There are not many hotels where you hear noisy freehubs ticking outside your room door at 10 in the evening, and again at eight in the morning. For three days a year, it's easy to find a place where this happens, though. Nested very near to the race course of Silverstone is Whittlebury Hall, the home of CORE bike show. Every year the hotel becomes the hub for the annual gathering of industry experts from brands to distributors and the cycling media, resulting in a full-on three-day buzz over the hottest cycling tech and of course, beautiful bikes.
To give you a glimpse of what goes on behind the closed doors, we took a few of the interesting bikes out for some snaps. Let's have a look at what we found!
Reilly Cycle Works - Fusion titanium aero road bike
First, we have the premium titanium road bike from the British bike maker Reilly. This is the very same model we reviewed last year but in a stunning anodised colourway and some nice Strada deep-section carbon wheels.

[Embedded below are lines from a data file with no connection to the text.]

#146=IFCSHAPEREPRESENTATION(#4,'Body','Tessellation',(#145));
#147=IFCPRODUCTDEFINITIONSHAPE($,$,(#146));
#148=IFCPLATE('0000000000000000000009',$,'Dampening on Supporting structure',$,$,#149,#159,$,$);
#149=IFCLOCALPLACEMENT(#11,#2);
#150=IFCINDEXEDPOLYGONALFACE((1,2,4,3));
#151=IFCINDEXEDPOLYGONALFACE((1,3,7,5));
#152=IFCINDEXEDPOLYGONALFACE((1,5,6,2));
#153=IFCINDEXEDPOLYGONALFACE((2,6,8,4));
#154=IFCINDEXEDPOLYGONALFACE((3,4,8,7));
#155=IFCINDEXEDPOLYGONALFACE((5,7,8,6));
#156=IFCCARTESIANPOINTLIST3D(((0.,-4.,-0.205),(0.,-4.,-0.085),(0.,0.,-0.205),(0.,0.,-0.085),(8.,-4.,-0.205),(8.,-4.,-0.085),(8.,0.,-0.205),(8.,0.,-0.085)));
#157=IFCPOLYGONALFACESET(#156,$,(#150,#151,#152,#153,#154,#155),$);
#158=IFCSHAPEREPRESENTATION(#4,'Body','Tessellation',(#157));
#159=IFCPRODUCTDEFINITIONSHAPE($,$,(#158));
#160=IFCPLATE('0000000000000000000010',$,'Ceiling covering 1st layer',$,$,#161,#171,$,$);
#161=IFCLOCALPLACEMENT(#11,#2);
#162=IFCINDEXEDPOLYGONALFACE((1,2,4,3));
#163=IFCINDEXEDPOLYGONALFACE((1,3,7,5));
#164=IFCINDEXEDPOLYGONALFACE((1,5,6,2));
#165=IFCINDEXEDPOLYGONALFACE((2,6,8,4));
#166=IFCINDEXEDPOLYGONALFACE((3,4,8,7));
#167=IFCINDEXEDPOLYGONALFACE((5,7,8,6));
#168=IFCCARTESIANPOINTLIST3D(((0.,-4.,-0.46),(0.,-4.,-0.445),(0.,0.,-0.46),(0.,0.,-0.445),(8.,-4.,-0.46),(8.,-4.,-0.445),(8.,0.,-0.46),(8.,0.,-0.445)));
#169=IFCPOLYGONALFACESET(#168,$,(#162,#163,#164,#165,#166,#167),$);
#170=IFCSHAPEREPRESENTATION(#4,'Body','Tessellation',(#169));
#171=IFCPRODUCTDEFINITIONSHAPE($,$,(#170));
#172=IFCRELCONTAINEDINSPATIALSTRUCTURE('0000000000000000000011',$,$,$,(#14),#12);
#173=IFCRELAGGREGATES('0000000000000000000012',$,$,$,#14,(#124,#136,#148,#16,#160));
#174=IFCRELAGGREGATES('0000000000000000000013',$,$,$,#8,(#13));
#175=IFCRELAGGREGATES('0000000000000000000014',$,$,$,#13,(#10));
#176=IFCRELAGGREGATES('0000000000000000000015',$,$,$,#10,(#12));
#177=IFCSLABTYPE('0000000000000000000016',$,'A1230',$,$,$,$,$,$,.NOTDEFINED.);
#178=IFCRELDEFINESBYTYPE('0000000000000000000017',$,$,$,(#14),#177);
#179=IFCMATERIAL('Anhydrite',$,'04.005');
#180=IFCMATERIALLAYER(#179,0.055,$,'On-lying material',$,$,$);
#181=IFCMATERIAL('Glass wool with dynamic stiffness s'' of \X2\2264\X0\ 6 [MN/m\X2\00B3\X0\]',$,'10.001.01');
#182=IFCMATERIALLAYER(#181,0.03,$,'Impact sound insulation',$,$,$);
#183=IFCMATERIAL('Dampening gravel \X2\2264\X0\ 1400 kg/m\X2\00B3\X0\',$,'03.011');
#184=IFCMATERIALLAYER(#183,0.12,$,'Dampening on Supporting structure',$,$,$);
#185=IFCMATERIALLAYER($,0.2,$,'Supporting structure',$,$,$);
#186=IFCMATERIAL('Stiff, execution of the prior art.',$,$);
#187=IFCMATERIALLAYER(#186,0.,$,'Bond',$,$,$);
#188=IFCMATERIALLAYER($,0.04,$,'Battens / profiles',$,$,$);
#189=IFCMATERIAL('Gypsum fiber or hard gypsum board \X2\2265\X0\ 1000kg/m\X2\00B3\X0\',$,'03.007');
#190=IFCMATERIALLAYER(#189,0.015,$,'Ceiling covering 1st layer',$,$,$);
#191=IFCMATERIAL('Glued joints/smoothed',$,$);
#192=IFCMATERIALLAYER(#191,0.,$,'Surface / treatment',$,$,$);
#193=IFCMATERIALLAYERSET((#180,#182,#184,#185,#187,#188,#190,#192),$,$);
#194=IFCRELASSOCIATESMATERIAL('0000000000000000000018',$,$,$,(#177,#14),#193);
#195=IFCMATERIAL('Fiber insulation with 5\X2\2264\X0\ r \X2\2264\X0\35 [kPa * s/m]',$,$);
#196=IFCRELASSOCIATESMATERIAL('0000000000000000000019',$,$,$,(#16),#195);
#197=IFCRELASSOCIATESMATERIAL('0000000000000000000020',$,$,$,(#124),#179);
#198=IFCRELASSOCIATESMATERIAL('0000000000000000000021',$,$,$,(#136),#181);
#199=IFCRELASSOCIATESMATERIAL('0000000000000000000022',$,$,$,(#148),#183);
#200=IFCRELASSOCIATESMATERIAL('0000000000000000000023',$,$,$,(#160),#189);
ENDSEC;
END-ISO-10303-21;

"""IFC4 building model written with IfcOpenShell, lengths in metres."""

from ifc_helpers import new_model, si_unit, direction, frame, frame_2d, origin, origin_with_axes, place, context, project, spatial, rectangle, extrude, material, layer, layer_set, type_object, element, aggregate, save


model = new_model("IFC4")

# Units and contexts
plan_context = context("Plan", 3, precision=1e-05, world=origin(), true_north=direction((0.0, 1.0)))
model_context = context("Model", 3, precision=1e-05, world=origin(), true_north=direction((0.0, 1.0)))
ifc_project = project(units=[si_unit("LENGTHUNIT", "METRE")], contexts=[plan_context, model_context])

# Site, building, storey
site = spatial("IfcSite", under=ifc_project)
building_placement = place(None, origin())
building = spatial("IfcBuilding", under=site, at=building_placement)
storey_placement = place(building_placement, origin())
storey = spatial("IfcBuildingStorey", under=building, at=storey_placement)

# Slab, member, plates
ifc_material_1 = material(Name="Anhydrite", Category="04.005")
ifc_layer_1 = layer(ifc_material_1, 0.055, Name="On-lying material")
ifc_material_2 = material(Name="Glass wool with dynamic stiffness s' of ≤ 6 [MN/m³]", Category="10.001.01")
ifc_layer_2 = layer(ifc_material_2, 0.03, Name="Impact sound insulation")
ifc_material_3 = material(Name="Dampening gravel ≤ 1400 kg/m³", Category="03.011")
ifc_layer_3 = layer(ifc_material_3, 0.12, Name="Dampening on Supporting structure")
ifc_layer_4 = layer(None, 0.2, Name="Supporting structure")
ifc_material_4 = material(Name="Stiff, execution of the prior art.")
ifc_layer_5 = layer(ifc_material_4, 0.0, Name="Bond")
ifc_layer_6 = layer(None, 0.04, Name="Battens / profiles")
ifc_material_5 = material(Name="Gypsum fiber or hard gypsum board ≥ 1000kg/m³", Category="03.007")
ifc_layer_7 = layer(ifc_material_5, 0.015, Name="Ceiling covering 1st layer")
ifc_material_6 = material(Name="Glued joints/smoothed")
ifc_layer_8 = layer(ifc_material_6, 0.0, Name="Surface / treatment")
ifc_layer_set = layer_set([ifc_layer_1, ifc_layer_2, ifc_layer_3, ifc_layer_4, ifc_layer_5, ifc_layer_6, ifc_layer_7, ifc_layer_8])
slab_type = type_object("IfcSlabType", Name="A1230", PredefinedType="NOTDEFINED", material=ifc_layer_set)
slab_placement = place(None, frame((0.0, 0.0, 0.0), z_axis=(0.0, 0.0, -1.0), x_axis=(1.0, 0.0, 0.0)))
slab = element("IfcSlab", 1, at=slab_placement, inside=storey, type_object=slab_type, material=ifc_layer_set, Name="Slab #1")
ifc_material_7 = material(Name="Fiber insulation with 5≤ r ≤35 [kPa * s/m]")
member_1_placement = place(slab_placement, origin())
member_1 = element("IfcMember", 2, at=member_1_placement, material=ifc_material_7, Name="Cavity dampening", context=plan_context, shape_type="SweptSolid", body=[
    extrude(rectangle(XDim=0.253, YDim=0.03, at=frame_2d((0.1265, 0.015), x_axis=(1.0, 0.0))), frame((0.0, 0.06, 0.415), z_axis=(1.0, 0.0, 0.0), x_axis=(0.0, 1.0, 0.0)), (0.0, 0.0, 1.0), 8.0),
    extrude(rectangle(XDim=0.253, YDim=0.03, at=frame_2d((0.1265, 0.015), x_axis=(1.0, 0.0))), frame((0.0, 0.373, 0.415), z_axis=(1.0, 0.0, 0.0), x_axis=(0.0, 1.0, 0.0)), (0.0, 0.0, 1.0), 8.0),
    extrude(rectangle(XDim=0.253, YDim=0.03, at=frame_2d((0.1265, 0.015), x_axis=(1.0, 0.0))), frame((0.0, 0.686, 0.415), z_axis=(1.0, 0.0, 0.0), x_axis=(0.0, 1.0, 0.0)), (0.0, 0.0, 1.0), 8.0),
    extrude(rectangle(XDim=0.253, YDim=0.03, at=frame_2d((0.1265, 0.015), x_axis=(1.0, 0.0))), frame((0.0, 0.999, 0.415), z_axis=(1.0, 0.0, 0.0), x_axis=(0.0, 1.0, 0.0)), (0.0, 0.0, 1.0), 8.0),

Reilly has used some cutting-edge titanium technology called investment casting on the Fusion's frame. The technology allows Reilly to mimic the aero shapes usually associated with a carbon mould or 3D printing but instead, it's all made with titanium tubing.
And if you would prefer a fully anodised bike, we also pictured the Reilly mechanic Isaac Wright's golden race machine (above). The bike weighs about 8.6kg, and really does spark the question about whether carbon is the only material we should consider for aero race bikes. Check out the details and build options of the Reilly Fusion on the website.
Basso Astra road bike
Basso Astra is the brand's established race bike model, which now comes with tyre clearance for 35mm rubber adding some more versatility to it.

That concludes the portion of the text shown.